C'est pour ça qu'elle a pu me dire "qu'elle avait fait semblant" quand en arrivant, ma mamie a dit qu'elle ne me reconnaissait pas quand ma mère lui a demandé, en lui disant bonjour, si elle savait qui j'étais. C'est qu'elle a encore de l'humour faut croire! Faire semblant de pas me reconnaître alors qu'elle souffre d’Alzheimer. Même moi j'aurais pas osé la faire celle là.


J'ai passé la majeure partie du moment qu'on a passé là bas à la regarder dans les yeux, en souriant. Elle sourit beaucoup. Elle ne parle pas.
Là tu donnerais n'importe quoi pour l'entendre te répéter la même anecdote trois fois en deux heures.


J'ai commencé à avoir les larmes aux yeux quand, regardant autour de moi, la tristesse du lieu et de ses autres pensionnaires m'a explosé en pleine gueule. Et savoir que ma mamie elle vit là, qu'elle va s'y éteindre, lentement, sans qu'on ne puisse rien y faire, ça m'anéantit.
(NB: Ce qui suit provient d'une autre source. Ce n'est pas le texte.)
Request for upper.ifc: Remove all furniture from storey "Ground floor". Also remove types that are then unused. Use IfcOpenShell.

First a look at what the model holds.

```python
import ifcopenshell
import ifcopenshell.util.element

model = ifcopenshell.open("upper.ifc")
print(model.schema)
storey = next(s for s in model.by_type("IfcBuildingStorey") if s.Name == "Ground floor")
furniture = [e for e in ifcopenshell.util.element.get_decomposition(storey) if e.is_a("IfcFurnishingElement")]
seen = {}
for e in furniture:
    element_type = ifcopenshell.util.element.get_type(e)
    name = element_type.Name if element_type not in (None, e) else None
    seen[name] = seen.get(name, 0) + 1
for name, count in sorted(seen.items(), key=str):
    print(count, "x", name)
```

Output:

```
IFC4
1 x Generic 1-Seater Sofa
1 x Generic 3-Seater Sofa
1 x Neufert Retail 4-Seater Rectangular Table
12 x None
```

```python
import ifcopenshell
import ifcopenshell.api.root
import ifcopenshell.util.element

model = ifcopenshell.open("upper.ifc")

storey = next(s for s in model.by_type("IfcBuildingStorey") if s.Name == "Ground floor")
furniture = [e for e in ifcopenshell.util.element.get_decomposition(storey) if e.is_a("IfcFurnishingElement")]
types = {ifcopenshell.util.element.get_type(e) for e in furniture} - {None, *furniture}

for e in furniture:
    ifcopenshell.api.root.remove_product(model, product=e)
print(len(furniture), "removed")

unused = [t for t in types if not ifcopenshell.util.element.get_types(t)]
for t in unused:
    ifcopenshell.api.root.remove_product(model, product=t)
print(len(unused), "unused types removed")

model.write("upper_updated.ifc")
```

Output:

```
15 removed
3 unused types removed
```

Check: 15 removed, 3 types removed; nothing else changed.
Ça m'a fait repenser à un déclic que j'avais eu quelques jours plus tôt. Alors qu'on était avec l'Homme en train de se taper deux ou trois épisodes de Sons Of Anarchy, un épisode de la saison 3 m'a fait un effet qu'on ne s'attend pas à ressentir devant SAMCRO. Gemma, prend la décision de mettre son père en maison de retraite, et lorsque je l'ai vu, errer dans la salle commune, le soir de son arrivée, j'ai regardé l'Homme, qui m'a regardée au même moment, sentant que ça allait "me parler", j'ai retourné la tête vers l'écran et j'ai éclaté en sanglots. Un flot de larmes, bruyant et tremblant, comme je n'en avais pas évacué depuis très longtemps, parce que ça m'avait fait réaliser ce que je n'avais pas encore intégré: ma mamie, Alzheimer, la maison de retraite, et pas d'autre solution de que la mettre là jusqu'à ce qu'elle meure sans qu'elle ne se rende compte de son état, et qu'on ne puisse rien faire d'autre sinon pleurer en la regardant disparaître, petit à petit.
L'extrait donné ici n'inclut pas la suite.